Stored data entries
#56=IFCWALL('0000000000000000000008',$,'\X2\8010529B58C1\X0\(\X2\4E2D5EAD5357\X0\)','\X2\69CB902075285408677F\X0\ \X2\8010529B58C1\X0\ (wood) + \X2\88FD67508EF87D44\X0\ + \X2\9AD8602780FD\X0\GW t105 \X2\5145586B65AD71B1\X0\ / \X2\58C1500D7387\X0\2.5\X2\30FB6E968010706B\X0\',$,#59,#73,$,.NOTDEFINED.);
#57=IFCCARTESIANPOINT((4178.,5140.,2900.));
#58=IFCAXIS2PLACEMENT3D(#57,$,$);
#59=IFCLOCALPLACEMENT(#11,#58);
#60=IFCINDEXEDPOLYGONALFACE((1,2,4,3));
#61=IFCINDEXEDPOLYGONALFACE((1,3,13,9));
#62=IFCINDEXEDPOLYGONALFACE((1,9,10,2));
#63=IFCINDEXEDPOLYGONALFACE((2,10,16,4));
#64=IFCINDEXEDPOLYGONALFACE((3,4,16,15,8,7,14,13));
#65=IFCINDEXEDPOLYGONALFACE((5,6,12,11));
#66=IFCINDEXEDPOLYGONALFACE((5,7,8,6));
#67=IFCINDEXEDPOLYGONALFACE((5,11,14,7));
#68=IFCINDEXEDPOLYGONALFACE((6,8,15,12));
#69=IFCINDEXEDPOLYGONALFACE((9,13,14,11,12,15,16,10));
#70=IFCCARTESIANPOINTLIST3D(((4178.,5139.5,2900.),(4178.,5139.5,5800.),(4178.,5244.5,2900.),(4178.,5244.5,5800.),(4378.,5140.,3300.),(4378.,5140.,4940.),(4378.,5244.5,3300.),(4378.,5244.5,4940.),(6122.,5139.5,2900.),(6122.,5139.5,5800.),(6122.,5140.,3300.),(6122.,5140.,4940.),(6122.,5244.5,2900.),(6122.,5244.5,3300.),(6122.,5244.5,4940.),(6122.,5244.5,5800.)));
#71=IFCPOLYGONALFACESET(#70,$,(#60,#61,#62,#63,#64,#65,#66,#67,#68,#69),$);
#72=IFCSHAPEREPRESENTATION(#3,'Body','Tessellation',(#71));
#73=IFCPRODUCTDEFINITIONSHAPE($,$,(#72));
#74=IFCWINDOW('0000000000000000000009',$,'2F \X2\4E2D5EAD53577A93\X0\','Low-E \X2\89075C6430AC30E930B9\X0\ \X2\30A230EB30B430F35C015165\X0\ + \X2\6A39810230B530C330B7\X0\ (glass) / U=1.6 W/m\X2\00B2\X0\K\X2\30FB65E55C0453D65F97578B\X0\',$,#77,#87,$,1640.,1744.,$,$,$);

...

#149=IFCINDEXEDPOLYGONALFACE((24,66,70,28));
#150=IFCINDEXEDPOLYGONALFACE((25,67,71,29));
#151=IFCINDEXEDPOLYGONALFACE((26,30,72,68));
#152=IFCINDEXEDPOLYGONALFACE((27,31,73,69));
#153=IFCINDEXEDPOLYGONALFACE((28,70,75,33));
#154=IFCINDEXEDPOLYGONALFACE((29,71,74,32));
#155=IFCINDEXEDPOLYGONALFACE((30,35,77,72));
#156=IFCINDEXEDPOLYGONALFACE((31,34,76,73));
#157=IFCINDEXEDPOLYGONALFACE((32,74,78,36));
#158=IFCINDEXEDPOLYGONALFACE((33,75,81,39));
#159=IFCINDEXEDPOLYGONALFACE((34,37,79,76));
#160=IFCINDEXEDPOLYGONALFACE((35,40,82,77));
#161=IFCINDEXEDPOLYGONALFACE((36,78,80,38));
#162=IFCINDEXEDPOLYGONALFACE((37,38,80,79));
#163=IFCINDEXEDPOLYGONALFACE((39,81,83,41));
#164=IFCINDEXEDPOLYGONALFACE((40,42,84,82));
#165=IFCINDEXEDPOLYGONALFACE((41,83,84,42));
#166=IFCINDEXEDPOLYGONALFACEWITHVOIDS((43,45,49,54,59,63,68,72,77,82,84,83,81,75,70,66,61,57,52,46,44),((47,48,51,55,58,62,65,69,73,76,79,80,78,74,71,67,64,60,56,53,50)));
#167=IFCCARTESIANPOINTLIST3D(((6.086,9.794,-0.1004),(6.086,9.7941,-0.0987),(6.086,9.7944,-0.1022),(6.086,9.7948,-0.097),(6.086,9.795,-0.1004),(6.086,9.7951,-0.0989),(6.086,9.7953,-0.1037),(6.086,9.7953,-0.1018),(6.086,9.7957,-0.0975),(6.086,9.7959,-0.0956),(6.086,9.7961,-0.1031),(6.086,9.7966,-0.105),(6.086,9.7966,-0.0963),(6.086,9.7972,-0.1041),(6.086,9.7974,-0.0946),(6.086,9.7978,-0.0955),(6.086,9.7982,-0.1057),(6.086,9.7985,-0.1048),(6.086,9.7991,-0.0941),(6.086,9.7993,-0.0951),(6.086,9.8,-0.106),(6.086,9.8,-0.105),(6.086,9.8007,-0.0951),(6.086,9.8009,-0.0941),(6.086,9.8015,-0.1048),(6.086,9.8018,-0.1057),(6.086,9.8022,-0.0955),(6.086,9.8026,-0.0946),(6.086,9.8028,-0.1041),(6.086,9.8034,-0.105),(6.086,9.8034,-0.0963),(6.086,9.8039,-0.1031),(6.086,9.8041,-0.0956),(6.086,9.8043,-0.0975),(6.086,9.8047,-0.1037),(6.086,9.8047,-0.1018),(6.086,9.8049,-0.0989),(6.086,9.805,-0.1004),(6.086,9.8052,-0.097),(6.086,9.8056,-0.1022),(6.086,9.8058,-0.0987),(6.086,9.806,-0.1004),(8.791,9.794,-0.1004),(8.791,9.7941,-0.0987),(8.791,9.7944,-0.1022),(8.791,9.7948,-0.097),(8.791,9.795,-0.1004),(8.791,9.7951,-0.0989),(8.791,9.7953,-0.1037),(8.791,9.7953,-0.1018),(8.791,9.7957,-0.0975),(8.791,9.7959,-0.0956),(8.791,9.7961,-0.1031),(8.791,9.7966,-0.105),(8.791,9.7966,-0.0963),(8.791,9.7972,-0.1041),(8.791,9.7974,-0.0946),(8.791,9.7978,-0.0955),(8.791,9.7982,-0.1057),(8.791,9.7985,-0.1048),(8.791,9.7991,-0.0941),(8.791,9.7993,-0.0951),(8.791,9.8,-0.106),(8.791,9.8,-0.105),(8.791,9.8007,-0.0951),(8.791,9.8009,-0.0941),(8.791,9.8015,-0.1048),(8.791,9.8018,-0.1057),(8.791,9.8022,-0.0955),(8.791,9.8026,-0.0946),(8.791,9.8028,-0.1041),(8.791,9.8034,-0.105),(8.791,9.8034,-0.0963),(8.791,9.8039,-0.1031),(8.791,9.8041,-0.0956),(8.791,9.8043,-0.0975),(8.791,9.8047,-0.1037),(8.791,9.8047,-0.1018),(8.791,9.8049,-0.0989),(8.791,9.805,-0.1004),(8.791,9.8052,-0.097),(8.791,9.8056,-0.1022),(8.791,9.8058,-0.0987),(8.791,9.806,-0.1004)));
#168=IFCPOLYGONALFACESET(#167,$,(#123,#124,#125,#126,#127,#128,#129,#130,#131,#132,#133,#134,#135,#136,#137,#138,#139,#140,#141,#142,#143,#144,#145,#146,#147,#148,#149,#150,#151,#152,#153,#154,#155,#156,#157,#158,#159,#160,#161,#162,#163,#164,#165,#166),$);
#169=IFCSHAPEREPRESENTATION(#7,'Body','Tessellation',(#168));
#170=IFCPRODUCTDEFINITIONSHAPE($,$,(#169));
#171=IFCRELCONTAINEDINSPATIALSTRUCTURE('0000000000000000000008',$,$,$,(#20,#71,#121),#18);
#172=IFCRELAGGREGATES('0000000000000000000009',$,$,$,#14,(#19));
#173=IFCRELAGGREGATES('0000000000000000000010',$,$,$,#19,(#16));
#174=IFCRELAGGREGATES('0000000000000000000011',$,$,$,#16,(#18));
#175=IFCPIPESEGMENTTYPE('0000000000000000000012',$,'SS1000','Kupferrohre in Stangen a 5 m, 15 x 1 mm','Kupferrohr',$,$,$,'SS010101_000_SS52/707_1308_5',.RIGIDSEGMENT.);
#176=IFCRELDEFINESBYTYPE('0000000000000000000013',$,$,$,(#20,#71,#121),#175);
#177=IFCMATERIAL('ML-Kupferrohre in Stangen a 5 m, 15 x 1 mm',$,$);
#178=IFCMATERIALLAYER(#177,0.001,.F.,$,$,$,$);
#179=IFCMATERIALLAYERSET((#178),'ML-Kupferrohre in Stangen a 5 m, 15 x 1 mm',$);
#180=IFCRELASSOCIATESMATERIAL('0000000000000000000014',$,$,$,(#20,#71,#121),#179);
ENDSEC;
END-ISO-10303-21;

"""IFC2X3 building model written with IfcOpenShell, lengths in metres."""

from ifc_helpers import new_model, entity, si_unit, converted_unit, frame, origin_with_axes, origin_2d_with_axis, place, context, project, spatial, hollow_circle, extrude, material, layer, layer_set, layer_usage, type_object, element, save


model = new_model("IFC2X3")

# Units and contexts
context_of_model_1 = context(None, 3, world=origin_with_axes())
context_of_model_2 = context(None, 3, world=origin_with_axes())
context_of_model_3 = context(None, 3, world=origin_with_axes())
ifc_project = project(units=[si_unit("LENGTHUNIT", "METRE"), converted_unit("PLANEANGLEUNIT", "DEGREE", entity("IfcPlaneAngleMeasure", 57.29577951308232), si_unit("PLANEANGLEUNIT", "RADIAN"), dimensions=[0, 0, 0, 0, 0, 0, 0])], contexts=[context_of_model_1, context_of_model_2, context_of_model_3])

→ **WHAT YOU WILL DO**:
Only the lines that hold the word "IFCPOLYGONALFACESET" are wanted; each should be pulled from the records.

→ **SOLUTION BELOW**:
#71=IFCPOLYGONALFACESET(#70,$,(#60,#61,#62,#63,#64,#65,#66,#67,#68,#69),$);
#168=IFCPOLYGONALFACESET(#167,$,(#123,#124,#125,#126,#127,#128,#129,#130,#131,#132,#133,#134,#135,#136,#137,#138,#139,#140,#141,#142,#143,#144,#145,#146,#147,#148,#149,#150,#151,#152,#153,#154,#155,#156,#157,#158,#159,#160,#161,#162,#163,#164,#165,#166),$);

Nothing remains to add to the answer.